Elle en use tout autrement avec le saint Jean-Baptiste du Vieux Cloître. Il est très beau, ce cloître, mais un peu assombri par une épaisse retombée de houblon, et Marie-Rose ne s’y sent pas à l’aise. De plus, il s’y trouve une statue du Précurseur auquel sa grande barbe et la peau de mouton qui le recouvre donnent un aspect hirsute et rébarbatif. Aussi l’enfant déclare-t-elle volontiers qu’elle « aime bien les petits saints Jean, mais pas les vieux ».

Toutefois, elle est très polie envers ce vieux-là.

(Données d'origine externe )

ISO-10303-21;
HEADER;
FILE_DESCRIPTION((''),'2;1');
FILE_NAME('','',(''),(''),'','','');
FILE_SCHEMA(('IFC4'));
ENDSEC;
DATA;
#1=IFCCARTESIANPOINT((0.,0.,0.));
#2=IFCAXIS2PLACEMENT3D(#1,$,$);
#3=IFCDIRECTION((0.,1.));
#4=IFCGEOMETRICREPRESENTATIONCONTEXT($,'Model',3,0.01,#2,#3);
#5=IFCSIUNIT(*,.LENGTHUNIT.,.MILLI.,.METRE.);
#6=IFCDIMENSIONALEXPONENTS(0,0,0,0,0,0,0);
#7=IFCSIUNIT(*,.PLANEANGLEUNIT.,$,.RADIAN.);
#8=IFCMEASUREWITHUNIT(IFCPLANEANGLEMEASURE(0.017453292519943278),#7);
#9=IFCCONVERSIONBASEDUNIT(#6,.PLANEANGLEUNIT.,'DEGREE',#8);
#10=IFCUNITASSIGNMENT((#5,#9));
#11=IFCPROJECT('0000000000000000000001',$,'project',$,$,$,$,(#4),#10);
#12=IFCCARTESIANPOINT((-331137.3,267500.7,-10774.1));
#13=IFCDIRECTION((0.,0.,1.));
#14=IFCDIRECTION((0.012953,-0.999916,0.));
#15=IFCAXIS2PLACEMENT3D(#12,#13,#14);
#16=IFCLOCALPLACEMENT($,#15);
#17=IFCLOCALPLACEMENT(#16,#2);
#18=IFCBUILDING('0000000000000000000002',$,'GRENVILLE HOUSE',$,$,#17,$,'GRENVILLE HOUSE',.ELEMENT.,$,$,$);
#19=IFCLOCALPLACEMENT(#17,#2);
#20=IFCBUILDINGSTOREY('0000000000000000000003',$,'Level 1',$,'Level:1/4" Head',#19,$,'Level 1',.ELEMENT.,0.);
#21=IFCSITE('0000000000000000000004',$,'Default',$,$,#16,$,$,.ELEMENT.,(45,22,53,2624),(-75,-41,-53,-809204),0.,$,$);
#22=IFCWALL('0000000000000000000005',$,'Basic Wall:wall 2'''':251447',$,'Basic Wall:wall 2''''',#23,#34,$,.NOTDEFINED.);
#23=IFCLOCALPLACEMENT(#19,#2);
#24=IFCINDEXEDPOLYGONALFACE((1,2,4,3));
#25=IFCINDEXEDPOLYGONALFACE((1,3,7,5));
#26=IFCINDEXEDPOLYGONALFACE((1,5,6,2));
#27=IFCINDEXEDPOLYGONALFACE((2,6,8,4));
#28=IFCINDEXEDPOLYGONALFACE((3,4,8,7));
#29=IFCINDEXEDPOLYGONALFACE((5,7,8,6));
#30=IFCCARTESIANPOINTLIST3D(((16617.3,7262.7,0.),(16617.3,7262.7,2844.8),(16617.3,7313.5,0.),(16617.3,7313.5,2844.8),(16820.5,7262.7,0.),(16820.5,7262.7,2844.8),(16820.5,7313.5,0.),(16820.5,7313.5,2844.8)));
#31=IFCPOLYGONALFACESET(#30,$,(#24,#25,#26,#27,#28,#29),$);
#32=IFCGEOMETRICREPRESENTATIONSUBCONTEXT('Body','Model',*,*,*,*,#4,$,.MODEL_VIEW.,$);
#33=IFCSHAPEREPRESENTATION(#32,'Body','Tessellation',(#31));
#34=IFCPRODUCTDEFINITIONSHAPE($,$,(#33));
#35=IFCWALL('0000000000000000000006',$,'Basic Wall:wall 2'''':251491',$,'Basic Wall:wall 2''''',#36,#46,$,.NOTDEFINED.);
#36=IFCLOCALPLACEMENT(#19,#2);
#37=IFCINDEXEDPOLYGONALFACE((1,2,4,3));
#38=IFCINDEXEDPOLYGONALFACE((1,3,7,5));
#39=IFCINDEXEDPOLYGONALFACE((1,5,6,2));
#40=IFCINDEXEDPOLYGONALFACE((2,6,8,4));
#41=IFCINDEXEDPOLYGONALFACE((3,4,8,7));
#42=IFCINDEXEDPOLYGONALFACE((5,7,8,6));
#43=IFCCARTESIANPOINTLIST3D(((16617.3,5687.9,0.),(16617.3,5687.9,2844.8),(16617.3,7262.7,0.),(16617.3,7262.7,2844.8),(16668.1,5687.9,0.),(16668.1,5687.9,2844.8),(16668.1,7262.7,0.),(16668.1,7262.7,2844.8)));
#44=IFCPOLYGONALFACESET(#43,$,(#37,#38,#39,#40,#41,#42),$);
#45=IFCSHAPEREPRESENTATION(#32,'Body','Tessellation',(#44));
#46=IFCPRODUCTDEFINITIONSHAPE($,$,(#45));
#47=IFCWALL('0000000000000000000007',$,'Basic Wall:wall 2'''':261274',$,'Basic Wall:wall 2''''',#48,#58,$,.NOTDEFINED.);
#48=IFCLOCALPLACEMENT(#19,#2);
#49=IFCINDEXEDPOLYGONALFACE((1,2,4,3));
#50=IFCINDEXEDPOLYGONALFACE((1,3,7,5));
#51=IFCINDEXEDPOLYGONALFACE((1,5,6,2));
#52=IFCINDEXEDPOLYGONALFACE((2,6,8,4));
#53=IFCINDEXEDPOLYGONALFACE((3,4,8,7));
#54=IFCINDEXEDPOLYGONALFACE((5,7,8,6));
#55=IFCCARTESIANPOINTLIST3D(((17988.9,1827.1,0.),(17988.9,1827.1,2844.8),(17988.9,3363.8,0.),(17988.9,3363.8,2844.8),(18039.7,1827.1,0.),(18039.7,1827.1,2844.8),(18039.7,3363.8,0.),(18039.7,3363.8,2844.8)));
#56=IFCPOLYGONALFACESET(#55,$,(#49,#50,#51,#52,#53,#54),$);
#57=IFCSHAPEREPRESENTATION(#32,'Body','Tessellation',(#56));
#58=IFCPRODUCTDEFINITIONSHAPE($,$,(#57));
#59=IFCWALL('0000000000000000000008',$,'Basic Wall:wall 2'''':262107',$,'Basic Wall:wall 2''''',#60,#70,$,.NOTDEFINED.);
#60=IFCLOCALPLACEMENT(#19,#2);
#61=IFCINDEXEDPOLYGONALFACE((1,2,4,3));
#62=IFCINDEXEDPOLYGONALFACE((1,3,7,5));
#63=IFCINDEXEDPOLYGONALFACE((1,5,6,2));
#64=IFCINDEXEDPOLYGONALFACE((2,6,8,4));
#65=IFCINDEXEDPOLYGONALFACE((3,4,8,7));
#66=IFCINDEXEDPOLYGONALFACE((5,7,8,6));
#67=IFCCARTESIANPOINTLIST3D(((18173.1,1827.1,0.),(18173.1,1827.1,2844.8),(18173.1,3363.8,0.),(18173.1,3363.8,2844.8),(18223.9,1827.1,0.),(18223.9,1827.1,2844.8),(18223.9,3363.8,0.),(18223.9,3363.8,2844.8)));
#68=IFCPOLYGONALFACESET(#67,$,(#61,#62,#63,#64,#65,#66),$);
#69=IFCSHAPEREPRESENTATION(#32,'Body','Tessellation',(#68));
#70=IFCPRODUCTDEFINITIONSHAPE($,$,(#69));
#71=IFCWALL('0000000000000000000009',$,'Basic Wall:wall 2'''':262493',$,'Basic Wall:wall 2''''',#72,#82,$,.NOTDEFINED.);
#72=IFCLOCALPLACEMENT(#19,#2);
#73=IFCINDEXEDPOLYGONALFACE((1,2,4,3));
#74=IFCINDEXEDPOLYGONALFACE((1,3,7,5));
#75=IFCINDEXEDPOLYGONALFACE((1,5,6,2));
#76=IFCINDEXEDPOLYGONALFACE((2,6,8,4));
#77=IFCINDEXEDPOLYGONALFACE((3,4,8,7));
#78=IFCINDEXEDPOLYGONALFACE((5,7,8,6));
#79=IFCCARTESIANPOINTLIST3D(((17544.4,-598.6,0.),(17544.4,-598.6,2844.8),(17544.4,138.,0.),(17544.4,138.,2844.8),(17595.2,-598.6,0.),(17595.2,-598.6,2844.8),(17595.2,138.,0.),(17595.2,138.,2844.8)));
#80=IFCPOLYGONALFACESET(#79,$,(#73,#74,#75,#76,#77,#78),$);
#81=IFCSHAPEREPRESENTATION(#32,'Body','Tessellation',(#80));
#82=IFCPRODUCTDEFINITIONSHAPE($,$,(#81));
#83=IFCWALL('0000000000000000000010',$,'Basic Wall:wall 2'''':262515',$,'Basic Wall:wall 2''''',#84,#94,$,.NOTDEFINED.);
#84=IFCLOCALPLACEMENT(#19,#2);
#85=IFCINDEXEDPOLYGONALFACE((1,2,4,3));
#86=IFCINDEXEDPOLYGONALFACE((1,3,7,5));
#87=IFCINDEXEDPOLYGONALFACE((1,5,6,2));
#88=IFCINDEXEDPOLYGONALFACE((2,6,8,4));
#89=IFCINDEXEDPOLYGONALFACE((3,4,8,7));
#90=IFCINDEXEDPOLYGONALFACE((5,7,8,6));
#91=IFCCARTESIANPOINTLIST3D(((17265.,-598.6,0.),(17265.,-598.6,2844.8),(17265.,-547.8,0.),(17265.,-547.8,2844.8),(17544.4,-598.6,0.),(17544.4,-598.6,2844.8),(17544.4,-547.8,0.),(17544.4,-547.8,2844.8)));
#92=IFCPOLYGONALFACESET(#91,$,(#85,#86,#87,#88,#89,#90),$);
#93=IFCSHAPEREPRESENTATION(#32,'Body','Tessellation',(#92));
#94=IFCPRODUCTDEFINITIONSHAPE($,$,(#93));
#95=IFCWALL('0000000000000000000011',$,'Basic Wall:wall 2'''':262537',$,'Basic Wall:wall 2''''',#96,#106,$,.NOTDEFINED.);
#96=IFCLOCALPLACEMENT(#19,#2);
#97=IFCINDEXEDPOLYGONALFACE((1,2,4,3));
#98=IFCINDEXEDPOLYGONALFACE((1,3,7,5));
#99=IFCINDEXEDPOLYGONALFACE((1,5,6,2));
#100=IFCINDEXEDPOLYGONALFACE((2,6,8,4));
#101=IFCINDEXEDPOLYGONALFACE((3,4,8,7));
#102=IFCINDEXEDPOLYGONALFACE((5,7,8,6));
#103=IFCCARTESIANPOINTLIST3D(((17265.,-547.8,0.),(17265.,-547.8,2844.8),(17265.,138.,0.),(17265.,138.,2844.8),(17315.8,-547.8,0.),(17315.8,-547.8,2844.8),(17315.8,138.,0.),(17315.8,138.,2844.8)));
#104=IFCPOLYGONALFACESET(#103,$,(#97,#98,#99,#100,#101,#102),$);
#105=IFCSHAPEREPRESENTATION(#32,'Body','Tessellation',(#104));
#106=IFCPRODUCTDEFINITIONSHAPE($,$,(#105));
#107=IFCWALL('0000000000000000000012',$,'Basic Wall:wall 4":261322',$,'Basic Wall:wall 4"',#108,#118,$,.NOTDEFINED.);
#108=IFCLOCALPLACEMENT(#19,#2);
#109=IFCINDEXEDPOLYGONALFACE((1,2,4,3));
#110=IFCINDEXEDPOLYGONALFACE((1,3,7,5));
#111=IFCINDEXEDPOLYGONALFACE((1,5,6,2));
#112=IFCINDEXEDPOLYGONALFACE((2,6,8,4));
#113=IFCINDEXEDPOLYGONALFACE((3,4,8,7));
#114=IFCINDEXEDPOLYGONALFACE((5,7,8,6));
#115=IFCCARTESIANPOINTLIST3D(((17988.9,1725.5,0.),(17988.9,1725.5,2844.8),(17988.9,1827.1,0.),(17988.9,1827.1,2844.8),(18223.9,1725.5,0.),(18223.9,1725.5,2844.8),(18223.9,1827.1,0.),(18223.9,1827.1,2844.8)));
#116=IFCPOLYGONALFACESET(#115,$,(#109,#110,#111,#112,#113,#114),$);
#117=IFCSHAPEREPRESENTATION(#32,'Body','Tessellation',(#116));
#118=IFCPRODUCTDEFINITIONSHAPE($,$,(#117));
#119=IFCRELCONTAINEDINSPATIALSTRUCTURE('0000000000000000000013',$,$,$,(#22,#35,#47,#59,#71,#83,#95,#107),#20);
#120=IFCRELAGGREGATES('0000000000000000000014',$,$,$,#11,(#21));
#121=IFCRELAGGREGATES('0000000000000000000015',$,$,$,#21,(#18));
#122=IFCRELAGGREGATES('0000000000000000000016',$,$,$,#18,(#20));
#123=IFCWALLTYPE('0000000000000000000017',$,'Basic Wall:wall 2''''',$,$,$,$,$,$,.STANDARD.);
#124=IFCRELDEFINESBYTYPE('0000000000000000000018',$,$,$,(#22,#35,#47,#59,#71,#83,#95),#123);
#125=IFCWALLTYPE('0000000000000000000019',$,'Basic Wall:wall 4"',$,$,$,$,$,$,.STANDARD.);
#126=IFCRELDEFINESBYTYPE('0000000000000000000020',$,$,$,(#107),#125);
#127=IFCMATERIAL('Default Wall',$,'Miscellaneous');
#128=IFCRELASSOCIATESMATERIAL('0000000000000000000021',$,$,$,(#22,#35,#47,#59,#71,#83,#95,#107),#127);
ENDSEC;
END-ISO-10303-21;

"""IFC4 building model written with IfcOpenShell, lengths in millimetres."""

from ifc_helpers import new_model, entity, si_unit, converted_unit, direction, frame, origin, place, context, subcontext, project, spatial, indexed_curve, outline, extrude, material, type_object, element, save


model = new_model("IFC4")

# Units and contexts
model_context = context("Model", 3, precision=0.01, world=origin(), true_north=direction((0.0, 1.0)))
body_context = subcontext(model_context, "Body", "Model", "MODEL_VIEW")
ifc_project = project(units=[si_unit("LENGTHUNIT", "METRE", prefix="MILLI"), converted_unit("PLANEANGLEUNIT", "DEGREE", entity("IfcPlaneAngleMeasure", 0.017453292519943278), si_unit("PLANEANGLEUNIT", "RADIAN"), dimensions=[0, 0, 0, 0, 0, 0, 0])], contexts=[model_context])

# Site, building, storey
site_placement = place(None, frame((-331137.3, 267500.7, -10774.1), z_axis=(0.0, 0.0, 1.0), x_axis=(0.012953, -0.999916, 0.0)))
site = spatial("IfcSite", under=ifc_project, at=site_placement, Name="Default", CompositionType="ELEMENT", RefLatitude=(45, 22, 53, 2624), RefLongitude=(-75, -41, -53, -809204), RefElevation=0.0)
building_placement = place(site_placement, origin())
building = spatial("IfcBuilding", under=site, at=building_placement, Name="GRENVILLE HOUSE", LongName="GRENVILLE HOUSE", CompositionType="ELEMENT")
storey_placement = place(building_placement, origin())
storey = spatial("IfcBuildingStorey", under=building, at=storey_placement, Name="Level 1", ObjectType="Level:1/4\" Head", LongName="Level 1", CompositionType="ELEMENT", Elevation=0.0)

# Walls
ifc_material_1 = material(Name="Default Wall", Category="Miscellaneous")
wall_type_1 = type_object("IfcWallType", Name="Basic Wall:wall 2''", PredefinedType="STANDARD")
wall_1_placement = place(storey_placement, frame((16820.5, 7288.1, 0.0), z_axis=(0.0, 0.0, 1.0), x_axis=(-1.0, 0.0, 0.0)))
element("IfcWall", 1, at=wall_1_placement, inside=storey, type_object=wall_type_1, material=ifc_material_1, Name="Basic Wall:wall 2'':251447", ObjectType="Basic Wall:wall 2''", PredefinedType="NOTDEFINED", context=body_context, shape_type="SweptSolid", body=[
    extrude(outline(indexed_curve([(203.2, 25.4), (0.0, 25.4), (0.0, -25.4), (203.2, -25.4), (203.2, 25.4)], self_intersect=False)), origin(), (0.0, 0.0, 1.0), 2844.8),
])
wall_2_placement = place(storey_placement, frame((16642.7, 7262.7, 0.0), z_axis=(0.0, 0.0, 1.0), x_axis=(0.0, -1.0, 0.0)))
element("IfcWall", 2, at=wall_2_placement, inside=storey, type_object=wall_type_1, material=ifc_material_1, Name="Basic Wall:wall 2'':251491", ObjectType="Basic Wall:wall 2''", PredefinedType="NOTDEFINED", context=body_context, shape_type="SweptSolid", body=[
    extrude(outline(indexed_curve([(1574.8, 25.4), (0.0, 25.4), (0.0, -25.4), (1574.8, -25.4), (1574.8, 25.4)], self_intersect=False)), origin(), (0.0, 0.0, 1.0), 2844.8),
])
wall_3_placement = place(storey_placement, frame((18014.3, 3363.8, 0.0), z_axis=(0.0, 0.0, 1.0), x_axis=(0.0, -1.0, 0.0)))
element("IfcWall", 3, at=wall_3_placement, inside=storey, type_object=wall_type_1, material=ifc_material_1, Name="Basic Wall:wall 2'':261274", ObjectType="Basic Wall:wall 2''", PredefinedType="NOTDEFINED", context=body_context, shape_type="SweptSolid", body=[
    extrude(outline(indexed_curve([(1536.7, 25.4), (0.0, 25.4), (0.0, -25.4), (1536.7, -25.4), (1536.7, 25.4)], self_intersect=False)), origin(), (0.0, 0.0, 1.0), 2844.8),
])
wall_4_placement = place(storey_placement, frame((18198.5, 3363.8, 0.0), z_axis=(0.0, 0.0, 1.0), x_axis=(0.0, -1.0, 0.0)))
element("IfcWall", 4, at=wall_4_placement, inside=storey, type_object=wall_type_1, material=ifc_material_1, Name="Basic Wall:wall 2'':262107", ObjectType="Basic Wall:wall 2''", PredefinedType="NOTDEFINED", context=body_context, shape_type="SweptSolid", body=[
    extrude(outline(indexed_curve([(1536.7, 25.4), (0.0, 25.4), (0.0, -25.4), (1536.7, -25.4), (1536.7, 25.4)], self_intersect=False)), origin(), (0.0, 0.0, 1.0), 2844.8),
])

Quand elle passe devant lui pour chercher un ballon égaré sous le cloître, elle lui fait une belle révérence et dit avec un empressement timide :

— Bonjour, monsieur saint Jean ; je viens chercher mon ballon, s’il vous plaît.


Le couvent renferme des coins où les enfants ne pénètrent jamais, que même elles ignorent de toute leur vie de pensionnaire, mais que Marie-Rose connaît bien, et où elle est traitée comme une petite reine, notamment la boulangerie et la suifferie.

La sœur boulangère lui fait, tous les jours de cuisson, une bonne galette au beurre. A la suifferie, on lui moule de jolis cierges à dessins qu’elle porte à son cher petit Jésus afin qu’il n’ait pas peur la nuit.

Quelquefois, la mère Préfète dit :

— Marie-Rose aura du mal à se plier au règlement ; elle est trop gâtée ici.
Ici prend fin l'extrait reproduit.